▶ [Task instructions]: The answer must consist of the listing, reproduced exactly.

▶ [Exercise inputs]:
=== Begin Enclosure ===

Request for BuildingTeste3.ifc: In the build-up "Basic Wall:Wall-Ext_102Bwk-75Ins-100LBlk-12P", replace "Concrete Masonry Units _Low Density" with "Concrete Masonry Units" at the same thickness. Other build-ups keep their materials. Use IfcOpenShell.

First a look at what the model holds.

```python
import ifcopenshell
import ifcopenshell.util.element

model = ifcopenshell.open("BuildingTeste3.ifc")
print(model.schema)
for layer_set in model.by_type("IfcMaterialLayerSet"):
    if layer_set.LayerSetName == "Basic Wall:Wall-Ext_102Bwk-75Ins-100LBlk-12P":
        for layer in layer_set.MaterialLayers:
            print(layer.id(), layer.Material and layer.Material.Name, layer.LayerThickness, sep=" | ")
        print(len(ifcopenshell.util.element.get_elements_by_material(model, layer_set)), "elements and types use it")
print(sorted(m.Name for m in model.by_type("IfcMaterial") if m.Name)[:60])
```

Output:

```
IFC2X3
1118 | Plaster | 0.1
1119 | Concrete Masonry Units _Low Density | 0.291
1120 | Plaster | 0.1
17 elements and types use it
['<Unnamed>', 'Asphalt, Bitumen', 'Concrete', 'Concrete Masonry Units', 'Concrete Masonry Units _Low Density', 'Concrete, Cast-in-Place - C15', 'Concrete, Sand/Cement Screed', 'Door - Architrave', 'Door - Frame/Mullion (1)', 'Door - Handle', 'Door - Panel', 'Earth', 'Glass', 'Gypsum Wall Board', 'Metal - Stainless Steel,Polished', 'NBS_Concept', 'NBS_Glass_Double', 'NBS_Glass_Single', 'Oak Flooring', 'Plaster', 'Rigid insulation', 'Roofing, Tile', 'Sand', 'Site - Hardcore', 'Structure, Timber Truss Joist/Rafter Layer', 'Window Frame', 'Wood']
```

```python
import ifcopenshell
import ifcopenshell.api.material

model = ifcopenshell.open("BuildingTeste3.ifc")

layer_set = next(s for s in model.by_type("IfcMaterialLayerSet") if s.LayerSetName == "Basic Wall:Wall-Ext_102Bwk-75Ins-100LBlk-12P")
layer = next(l for l in layer_set.MaterialLayers if l.Material and l.Material.Name == "Concrete Masonry Units _Low Density")
material = next(m for m in model.by_type("IfcMaterial") if m.Name == "Concrete Masonry Units")

# Point this one layer at the other material; renaming the old one would change it everywhere.
ifcopenshell.api.material.edit_layer(model, layer=layer, attributes={}, material=material)

print([l.Material.Name if l.Material else None for l in layer_set.MaterialLayers])

model.write("BuildingTeste3_edited.ifc")
```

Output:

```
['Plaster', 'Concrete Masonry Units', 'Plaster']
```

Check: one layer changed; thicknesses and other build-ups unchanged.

=== End Enclosure ===

▶ [Result below]:
Request for BuildingTeste3.ifc: In the build-up "Basic Wall:Wall-Ext_102Bwk-75Ins-100LBlk-12P", replace "Concrete Masonry Units _Low Density" with "Concrete Masonry Units" at the same thickness. Other build-ups keep their materials. Use IfcOpenShell.

First a look at what the model holds.

```python
import ifcopenshell
import ifcopenshell.util.element

model = ifcopenshell.open("BuildingTeste3.ifc")
print(model.schema)
for layer_set in model.by_type("IfcMaterialLayerSet"):
    if layer_set.LayerSetName == "Basic Wall:Wall-Ext_102Bwk-75Ins-100LBlk-12P":
        for layer in layer_set.MaterialLayers:
            print(layer.id(), layer.Material and layer.Material.Name, layer.LayerThickness, sep=" | ")
        print(len(ifcopenshell.util.element.get_elements_by_material(model, layer_set)), "elements and types use it")
print(sorted(m.Name for m in model.by_type("IfcMaterial") if m.Name)[:60])
```

Output:

```
IFC2X3
1118 | Plaster | 0.1
1119 | Concrete Masonry Units _Low Density | 0.291
1120 | Plaster | 0.1
17 elements and types use it
['<Unnamed>', 'Asphalt, Bitumen', 'Concrete', 'Concrete Masonry Units', 'Concrete Masonry Units _Low Density', 'Concrete, Cast-in-Place - C15', 'Concrete, Sand/Cement Screed', 'Door - Architrave', 'Door - Frame/Mullion (1)', 'Door - Handle', 'Door - Panel', 'Earth', 'Glass', 'Gypsum Wall Board', 'Metal - Stainless Steel,Polished', 'NBS_Concept', 'NBS_Glass_Double', 'NBS_Glass_Single', 'Oak Flooring', 'Plaster', 'Rigid insulation', 'Roofing, Tile', 'Sand', 'Site - Hardcore', 'Structure, Timber Truss Joist/Rafter Layer', 'Window Frame', 'Wood']
```

```python
import ifcopenshell
import ifcopenshell.api.material

model = ifcopenshell.open("BuildingTeste3.ifc")

layer_set = next(s for s in model.by_type("IfcMaterialLayerSet") if s.LayerSetName == "Basic Wall:Wall-Ext_102Bwk-75Ins-100LBlk-12P")
layer = next(l for l in layer_set.MaterialLayers if l.Material and l.Material.Name == "Concrete Masonry Units _Low Density")
material = next(m for m in model.by_type("IfcMaterial") if m.Name == "Concrete Masonry Units")

# Point this one layer at the other material; renaming the old one would change it everywhere.
ifcopenshell.api.material.edit_layer(model, layer=layer, attributes={}, material=material)

print([l.Material.Name if l.Material else None for l in layer_set.MaterialLayers])

model.write("BuildingTeste3_edited.ifc")
```

Output:

```
['Plaster', 'Concrete Masonry Units', 'Plaster']
```

Check: one layer changed; thicknesses and other build-ups unchanged.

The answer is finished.